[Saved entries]
⁂
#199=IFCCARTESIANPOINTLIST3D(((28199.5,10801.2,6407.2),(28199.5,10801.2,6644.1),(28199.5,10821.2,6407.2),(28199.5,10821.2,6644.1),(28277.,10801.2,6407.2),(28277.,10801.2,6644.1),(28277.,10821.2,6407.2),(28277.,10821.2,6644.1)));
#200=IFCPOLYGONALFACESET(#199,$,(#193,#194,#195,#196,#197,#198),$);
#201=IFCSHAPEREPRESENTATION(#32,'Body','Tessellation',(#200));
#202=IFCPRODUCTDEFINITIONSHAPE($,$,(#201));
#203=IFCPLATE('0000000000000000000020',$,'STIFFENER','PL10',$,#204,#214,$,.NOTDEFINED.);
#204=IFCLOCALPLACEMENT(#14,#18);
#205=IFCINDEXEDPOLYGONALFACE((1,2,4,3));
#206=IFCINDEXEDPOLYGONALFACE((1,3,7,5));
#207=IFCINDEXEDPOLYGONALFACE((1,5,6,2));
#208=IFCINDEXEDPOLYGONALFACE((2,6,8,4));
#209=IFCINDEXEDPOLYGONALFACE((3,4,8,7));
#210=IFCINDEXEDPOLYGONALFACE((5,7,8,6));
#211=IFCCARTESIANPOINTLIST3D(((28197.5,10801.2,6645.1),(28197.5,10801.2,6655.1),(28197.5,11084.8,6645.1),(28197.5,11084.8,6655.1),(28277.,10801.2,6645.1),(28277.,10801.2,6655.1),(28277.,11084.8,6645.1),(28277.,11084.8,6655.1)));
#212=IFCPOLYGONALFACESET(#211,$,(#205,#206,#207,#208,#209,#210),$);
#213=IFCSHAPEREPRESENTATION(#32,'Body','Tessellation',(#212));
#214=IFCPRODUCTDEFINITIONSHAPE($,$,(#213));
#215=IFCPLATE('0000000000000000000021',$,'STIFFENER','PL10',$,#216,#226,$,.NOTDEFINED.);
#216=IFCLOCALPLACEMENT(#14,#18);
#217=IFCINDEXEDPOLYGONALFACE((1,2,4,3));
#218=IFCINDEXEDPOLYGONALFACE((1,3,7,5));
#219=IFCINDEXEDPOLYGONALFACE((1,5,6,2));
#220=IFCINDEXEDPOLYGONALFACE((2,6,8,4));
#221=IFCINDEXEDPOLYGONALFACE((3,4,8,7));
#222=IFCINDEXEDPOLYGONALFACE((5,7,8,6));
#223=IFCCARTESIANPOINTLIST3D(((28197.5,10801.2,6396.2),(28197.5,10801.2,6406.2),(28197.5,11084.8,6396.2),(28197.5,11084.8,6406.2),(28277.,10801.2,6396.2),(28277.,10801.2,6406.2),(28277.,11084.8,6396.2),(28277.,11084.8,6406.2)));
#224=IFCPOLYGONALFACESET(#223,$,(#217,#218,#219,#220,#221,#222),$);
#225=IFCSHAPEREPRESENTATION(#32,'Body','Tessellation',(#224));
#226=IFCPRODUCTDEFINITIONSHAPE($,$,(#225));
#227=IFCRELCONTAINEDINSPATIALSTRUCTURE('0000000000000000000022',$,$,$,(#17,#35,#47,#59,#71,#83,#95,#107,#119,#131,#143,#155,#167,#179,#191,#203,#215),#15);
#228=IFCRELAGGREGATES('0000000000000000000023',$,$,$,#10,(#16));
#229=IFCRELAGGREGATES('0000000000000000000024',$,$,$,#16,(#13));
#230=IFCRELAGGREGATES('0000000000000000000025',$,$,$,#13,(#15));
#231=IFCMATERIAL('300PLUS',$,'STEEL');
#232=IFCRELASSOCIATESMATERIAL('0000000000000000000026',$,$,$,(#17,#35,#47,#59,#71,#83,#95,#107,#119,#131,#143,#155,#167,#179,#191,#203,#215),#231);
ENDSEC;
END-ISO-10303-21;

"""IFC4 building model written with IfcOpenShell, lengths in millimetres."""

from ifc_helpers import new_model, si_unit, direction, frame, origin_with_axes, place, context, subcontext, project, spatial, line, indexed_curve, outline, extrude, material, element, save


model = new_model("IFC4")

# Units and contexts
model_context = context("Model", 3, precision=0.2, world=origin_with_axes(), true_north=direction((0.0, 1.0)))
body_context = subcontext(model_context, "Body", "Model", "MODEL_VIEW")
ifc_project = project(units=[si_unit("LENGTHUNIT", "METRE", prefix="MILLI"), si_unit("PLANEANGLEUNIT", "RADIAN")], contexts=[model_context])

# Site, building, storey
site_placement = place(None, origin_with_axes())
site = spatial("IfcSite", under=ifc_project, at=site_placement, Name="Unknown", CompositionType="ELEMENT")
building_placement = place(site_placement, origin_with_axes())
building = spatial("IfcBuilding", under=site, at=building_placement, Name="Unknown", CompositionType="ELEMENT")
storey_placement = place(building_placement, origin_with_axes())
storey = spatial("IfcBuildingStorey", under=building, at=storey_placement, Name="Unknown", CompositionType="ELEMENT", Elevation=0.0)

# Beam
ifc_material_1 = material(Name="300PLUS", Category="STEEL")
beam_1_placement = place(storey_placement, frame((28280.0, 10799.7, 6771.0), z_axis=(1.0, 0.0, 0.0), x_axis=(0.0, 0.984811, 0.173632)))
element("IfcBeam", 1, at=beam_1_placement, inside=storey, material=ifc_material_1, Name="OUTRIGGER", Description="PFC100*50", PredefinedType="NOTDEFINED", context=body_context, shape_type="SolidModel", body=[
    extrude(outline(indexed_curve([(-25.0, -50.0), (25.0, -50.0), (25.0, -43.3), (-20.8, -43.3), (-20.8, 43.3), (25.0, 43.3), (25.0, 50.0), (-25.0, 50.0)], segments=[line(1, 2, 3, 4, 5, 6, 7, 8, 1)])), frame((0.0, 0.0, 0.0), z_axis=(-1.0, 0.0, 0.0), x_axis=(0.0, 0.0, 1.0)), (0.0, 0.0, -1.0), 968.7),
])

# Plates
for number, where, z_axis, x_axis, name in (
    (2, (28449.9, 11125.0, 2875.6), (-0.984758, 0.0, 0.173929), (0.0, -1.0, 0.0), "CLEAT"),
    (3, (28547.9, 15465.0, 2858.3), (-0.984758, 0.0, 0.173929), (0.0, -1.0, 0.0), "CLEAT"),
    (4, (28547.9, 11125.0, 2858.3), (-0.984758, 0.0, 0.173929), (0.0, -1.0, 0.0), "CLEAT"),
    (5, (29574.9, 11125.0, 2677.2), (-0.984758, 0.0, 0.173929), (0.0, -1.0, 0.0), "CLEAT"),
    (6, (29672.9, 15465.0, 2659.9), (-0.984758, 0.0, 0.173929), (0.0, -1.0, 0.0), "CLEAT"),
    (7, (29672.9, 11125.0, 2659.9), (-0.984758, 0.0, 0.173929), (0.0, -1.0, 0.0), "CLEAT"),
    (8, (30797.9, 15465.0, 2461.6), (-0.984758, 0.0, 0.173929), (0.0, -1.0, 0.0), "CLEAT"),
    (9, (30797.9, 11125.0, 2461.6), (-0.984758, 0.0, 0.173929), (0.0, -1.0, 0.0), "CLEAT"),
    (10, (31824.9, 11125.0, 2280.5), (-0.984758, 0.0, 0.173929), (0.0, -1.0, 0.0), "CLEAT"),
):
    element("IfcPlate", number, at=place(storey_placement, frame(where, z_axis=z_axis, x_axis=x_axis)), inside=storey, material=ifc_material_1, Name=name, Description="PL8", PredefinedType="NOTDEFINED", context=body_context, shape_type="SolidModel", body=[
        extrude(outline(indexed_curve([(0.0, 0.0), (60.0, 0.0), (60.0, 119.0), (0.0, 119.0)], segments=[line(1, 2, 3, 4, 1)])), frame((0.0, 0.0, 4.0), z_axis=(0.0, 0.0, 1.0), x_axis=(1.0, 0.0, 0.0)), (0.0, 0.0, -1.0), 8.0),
⁂
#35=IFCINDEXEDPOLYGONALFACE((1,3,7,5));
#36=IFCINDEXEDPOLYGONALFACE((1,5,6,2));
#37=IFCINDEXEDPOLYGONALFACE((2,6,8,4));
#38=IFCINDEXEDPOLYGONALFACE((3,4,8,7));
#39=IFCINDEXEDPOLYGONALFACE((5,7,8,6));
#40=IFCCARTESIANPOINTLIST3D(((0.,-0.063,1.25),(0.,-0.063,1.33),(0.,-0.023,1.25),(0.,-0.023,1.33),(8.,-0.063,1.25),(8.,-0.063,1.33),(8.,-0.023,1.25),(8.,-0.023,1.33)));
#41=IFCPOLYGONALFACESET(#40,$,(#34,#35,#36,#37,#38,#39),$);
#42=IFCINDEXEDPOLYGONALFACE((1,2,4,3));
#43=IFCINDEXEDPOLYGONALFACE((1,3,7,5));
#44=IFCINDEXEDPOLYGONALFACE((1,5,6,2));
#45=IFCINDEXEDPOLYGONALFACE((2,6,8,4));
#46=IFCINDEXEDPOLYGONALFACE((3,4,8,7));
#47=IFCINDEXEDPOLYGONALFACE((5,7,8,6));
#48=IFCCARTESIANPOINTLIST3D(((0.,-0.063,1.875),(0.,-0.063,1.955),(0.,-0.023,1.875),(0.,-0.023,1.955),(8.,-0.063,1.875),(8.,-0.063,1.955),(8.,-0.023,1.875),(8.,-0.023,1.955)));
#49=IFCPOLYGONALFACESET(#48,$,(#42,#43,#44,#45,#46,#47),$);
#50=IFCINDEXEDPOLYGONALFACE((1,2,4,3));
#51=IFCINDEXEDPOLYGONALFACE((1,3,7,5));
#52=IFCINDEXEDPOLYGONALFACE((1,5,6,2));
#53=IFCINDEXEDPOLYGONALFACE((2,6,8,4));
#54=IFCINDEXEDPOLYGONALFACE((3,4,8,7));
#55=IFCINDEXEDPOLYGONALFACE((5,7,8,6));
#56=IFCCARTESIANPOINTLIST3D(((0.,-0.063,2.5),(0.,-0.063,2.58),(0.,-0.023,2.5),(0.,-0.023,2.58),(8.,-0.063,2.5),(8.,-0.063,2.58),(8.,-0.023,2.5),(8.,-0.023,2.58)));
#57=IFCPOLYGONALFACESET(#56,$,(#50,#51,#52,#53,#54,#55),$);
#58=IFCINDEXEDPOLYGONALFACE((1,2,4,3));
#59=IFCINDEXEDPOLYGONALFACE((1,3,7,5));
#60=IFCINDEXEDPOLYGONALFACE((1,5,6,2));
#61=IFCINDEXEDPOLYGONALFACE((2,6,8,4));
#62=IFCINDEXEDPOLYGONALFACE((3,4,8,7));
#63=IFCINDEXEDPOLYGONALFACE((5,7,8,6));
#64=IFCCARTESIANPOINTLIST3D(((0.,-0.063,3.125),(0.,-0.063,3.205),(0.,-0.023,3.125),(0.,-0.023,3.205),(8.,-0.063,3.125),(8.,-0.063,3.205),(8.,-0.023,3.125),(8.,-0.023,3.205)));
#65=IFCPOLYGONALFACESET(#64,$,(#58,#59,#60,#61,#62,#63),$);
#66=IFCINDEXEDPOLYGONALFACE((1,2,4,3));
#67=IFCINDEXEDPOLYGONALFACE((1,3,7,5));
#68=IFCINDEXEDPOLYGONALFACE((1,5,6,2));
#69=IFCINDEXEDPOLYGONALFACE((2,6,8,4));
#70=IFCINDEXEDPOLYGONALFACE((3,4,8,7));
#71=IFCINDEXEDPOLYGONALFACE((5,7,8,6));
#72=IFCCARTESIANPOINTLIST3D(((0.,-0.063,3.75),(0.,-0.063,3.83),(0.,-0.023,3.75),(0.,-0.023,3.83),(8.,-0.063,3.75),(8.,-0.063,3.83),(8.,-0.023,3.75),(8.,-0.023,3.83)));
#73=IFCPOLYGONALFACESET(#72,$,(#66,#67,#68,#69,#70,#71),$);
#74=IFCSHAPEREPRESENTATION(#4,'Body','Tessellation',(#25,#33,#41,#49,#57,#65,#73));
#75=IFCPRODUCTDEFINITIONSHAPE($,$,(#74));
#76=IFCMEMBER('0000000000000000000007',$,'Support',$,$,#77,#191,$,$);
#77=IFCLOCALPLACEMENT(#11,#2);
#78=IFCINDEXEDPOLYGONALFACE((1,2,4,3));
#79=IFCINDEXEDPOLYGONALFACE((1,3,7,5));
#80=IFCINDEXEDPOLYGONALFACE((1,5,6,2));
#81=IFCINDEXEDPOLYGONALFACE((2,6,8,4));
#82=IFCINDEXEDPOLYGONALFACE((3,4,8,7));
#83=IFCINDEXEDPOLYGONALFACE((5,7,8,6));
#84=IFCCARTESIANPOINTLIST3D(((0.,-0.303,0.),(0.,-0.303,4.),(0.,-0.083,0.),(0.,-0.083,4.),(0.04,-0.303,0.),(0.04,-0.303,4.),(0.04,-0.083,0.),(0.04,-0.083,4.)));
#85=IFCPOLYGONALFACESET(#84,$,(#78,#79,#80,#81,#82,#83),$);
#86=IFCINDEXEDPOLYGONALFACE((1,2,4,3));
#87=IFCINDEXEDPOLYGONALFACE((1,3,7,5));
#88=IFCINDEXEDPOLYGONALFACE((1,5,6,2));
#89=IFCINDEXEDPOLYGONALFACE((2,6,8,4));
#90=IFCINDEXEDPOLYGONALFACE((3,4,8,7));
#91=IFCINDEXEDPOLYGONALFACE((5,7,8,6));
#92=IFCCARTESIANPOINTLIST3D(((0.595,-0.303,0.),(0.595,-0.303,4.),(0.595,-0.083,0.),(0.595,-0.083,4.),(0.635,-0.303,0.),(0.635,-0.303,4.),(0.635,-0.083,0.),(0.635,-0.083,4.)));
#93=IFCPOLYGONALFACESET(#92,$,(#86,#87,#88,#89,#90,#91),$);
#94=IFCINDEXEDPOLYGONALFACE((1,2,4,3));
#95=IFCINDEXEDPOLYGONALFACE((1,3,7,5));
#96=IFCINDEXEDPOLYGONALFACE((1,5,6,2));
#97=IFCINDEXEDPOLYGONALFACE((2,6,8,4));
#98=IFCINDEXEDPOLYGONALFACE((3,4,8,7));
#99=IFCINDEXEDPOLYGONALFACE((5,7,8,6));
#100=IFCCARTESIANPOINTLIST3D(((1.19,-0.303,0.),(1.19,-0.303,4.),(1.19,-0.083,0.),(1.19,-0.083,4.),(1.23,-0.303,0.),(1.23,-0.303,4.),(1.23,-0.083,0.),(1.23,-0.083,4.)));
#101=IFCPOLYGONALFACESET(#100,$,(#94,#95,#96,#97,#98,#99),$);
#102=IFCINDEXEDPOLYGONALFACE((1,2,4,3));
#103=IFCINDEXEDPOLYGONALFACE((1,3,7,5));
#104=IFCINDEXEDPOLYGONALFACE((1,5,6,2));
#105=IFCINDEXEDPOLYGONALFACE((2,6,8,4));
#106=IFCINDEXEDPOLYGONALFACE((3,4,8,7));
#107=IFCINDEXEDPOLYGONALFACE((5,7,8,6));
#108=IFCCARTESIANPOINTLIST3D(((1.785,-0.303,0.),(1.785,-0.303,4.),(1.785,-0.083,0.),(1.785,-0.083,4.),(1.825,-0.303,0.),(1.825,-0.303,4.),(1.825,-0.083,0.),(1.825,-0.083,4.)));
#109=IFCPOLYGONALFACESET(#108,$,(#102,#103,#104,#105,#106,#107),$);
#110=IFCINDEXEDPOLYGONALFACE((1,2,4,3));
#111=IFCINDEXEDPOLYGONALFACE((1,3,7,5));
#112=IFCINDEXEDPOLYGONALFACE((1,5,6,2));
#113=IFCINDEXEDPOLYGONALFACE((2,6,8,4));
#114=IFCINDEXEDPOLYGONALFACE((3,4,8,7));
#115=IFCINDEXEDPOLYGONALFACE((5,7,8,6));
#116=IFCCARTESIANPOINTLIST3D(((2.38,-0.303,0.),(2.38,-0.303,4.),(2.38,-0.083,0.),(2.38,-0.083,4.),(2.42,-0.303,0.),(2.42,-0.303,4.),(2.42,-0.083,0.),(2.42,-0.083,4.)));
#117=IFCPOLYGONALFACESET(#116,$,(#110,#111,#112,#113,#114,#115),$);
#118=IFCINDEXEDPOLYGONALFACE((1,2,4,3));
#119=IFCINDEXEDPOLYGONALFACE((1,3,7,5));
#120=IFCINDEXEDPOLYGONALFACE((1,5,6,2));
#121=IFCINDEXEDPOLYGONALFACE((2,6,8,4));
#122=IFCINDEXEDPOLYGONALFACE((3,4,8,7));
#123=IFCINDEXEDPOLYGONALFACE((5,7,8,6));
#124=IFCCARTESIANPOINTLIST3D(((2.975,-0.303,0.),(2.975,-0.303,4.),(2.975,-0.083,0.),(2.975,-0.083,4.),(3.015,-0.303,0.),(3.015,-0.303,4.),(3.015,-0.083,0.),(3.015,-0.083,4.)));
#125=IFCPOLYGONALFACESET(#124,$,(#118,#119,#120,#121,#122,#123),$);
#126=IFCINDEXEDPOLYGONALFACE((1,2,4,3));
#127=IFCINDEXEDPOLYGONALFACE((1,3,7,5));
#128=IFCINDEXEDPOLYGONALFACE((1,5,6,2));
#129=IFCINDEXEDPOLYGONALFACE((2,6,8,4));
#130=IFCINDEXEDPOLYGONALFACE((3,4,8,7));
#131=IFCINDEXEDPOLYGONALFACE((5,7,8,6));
⁂
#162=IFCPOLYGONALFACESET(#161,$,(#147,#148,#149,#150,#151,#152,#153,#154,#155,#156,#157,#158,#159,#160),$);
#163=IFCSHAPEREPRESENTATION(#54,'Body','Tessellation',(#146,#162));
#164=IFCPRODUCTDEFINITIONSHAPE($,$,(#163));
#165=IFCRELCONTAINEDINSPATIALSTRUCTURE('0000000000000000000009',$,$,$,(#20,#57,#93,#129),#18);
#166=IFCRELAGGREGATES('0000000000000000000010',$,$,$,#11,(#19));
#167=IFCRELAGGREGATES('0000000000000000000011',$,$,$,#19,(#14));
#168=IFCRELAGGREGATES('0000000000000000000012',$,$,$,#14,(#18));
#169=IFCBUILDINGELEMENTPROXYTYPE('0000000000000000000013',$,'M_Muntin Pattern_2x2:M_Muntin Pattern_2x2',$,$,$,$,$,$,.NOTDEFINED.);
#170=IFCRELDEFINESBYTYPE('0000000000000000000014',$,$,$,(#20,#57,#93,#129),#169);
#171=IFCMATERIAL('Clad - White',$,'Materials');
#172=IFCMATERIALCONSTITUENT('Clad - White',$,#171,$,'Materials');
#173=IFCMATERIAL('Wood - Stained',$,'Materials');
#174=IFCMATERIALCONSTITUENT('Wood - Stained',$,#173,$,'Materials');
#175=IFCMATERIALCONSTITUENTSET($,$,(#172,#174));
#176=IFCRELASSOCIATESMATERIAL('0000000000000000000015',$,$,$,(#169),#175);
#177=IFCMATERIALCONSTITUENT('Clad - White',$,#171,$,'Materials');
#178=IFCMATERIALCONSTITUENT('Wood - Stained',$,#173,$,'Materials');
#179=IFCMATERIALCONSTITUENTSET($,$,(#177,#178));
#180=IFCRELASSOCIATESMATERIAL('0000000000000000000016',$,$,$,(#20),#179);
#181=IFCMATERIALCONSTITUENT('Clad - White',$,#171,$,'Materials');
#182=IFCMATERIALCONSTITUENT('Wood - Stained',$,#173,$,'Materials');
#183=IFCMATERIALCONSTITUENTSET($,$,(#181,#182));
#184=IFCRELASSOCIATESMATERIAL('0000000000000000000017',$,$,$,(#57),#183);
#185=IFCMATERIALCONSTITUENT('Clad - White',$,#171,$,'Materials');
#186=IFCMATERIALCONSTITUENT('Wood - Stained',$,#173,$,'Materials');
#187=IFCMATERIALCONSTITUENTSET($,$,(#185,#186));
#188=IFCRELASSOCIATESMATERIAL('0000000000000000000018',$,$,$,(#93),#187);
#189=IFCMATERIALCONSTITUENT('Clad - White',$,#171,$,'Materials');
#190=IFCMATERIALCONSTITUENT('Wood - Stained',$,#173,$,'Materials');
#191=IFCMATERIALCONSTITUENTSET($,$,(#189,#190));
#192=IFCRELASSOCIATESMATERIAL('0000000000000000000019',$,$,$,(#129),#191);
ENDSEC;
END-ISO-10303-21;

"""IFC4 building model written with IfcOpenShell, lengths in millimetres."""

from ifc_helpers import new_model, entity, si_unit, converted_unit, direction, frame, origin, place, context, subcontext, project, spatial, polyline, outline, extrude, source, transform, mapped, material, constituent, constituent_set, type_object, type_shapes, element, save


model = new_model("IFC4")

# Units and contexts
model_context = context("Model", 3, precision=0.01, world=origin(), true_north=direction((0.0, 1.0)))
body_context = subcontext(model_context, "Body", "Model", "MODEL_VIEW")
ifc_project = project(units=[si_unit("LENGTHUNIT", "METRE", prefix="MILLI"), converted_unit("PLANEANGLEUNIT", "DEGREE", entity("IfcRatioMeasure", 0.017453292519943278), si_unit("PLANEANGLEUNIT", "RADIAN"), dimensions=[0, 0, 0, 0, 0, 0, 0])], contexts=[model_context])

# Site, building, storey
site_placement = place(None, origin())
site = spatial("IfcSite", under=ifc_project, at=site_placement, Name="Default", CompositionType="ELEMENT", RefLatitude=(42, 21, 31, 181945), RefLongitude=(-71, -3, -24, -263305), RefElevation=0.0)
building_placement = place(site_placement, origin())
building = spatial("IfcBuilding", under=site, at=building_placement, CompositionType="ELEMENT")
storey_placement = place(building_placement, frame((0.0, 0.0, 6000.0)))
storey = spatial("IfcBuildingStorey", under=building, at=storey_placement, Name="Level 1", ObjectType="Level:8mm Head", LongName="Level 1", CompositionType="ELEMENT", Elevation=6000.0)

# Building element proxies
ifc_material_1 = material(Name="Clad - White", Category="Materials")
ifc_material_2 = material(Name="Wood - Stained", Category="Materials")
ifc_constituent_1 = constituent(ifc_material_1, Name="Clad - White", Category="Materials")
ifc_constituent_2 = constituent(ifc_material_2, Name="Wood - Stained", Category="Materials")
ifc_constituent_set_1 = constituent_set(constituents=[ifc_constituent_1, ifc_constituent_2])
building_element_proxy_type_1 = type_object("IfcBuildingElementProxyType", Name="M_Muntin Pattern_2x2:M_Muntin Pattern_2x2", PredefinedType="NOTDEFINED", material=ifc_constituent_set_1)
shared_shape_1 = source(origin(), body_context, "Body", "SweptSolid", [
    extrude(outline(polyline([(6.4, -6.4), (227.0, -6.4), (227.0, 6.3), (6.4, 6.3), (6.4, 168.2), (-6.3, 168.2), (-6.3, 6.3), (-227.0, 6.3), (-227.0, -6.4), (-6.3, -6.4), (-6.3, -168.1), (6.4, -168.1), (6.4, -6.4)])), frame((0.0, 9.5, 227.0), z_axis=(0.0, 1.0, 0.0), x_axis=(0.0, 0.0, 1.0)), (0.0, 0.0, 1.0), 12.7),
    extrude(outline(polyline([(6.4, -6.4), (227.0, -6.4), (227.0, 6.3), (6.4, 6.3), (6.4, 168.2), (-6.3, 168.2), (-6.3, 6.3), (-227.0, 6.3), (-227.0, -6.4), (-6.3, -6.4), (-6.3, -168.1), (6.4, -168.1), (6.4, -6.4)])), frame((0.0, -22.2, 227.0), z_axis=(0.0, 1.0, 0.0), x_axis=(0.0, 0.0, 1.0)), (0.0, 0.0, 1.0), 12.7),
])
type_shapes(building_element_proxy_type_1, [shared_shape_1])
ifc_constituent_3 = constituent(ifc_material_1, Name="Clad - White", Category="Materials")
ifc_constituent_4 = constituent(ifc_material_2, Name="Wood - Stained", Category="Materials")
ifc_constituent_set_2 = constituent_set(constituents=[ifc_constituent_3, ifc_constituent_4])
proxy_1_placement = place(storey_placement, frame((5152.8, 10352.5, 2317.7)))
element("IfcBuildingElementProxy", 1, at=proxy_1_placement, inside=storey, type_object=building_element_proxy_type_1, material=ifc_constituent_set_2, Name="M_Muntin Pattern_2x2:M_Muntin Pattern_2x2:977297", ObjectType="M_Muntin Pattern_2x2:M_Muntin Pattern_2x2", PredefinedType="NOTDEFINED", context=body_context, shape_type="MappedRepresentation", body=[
⁂
ABOUT THIS EXERCISE: Reproduce, word for word and in full, only the lines above that start at the line with "#45=IFCINDEXEDPOLYGONALFACE((2,6,8,4));" and run through the line with "#59=IFCINDEXEDPOLYGONALFACE((1,3,7,5));", both ends included.

SOLUTION FOR THIS TASK:
#45=IFCINDEXEDPOLYGONALFACE((2,6,8,4));
#46=IFCINDEXEDPOLYGONALFACE((3,4,8,7));
#47=IFCINDEXEDPOLYGONALFACE((5,7,8,6));
#48=IFCCARTESIANPOINTLIST3D(((0.,-0.063,1.875),(0.,-0.063,1.955),(0.,-0.023,1.875),(0.,-0.023,1.955),(8.,-0.063,1.875),(8.,-0.063,1.955),(8.,-0.023,1.875),(8.,-0.023,1.955)));
#49=IFCPOLYGONALFACESET(#48,$,(#42,#43,#44,#45,#46,#47),$);
#50=IFCINDEXEDPOLYGONALFACE((1,2,4,3));
#51=IFCINDEXEDPOLYGONALFACE((1,3,7,5));
#52=IFCINDEXEDPOLYGONALFACE((1,5,6,2));
#53=IFCINDEXEDPOLYGONALFACE((2,6,8,4));
#54=IFCINDEXEDPOLYGONALFACE((3,4,8,7));
#55=IFCINDEXEDPOLYGONALFACE((5,7,8,6));
#56=IFCCARTESIANPOINTLIST3D(((0.,-0.063,2.5),(0.,-0.063,2.58),(0.,-0.023,2.5),(0.,-0.023,2.58),(8.,-0.063,2.5),(8.,-0.063,2.58),(8.,-0.023,2.5),(8.,-0.023,2.58)));
#57=IFCPOLYGONALFACESET(#56,$,(#50,#51,#52,#53,#54,#55),$);
#58=IFCINDEXEDPOLYGONALFACE((1,2,4,3));
#59=IFCINDEXEDPOLYGONALFACE((1,3,7,5));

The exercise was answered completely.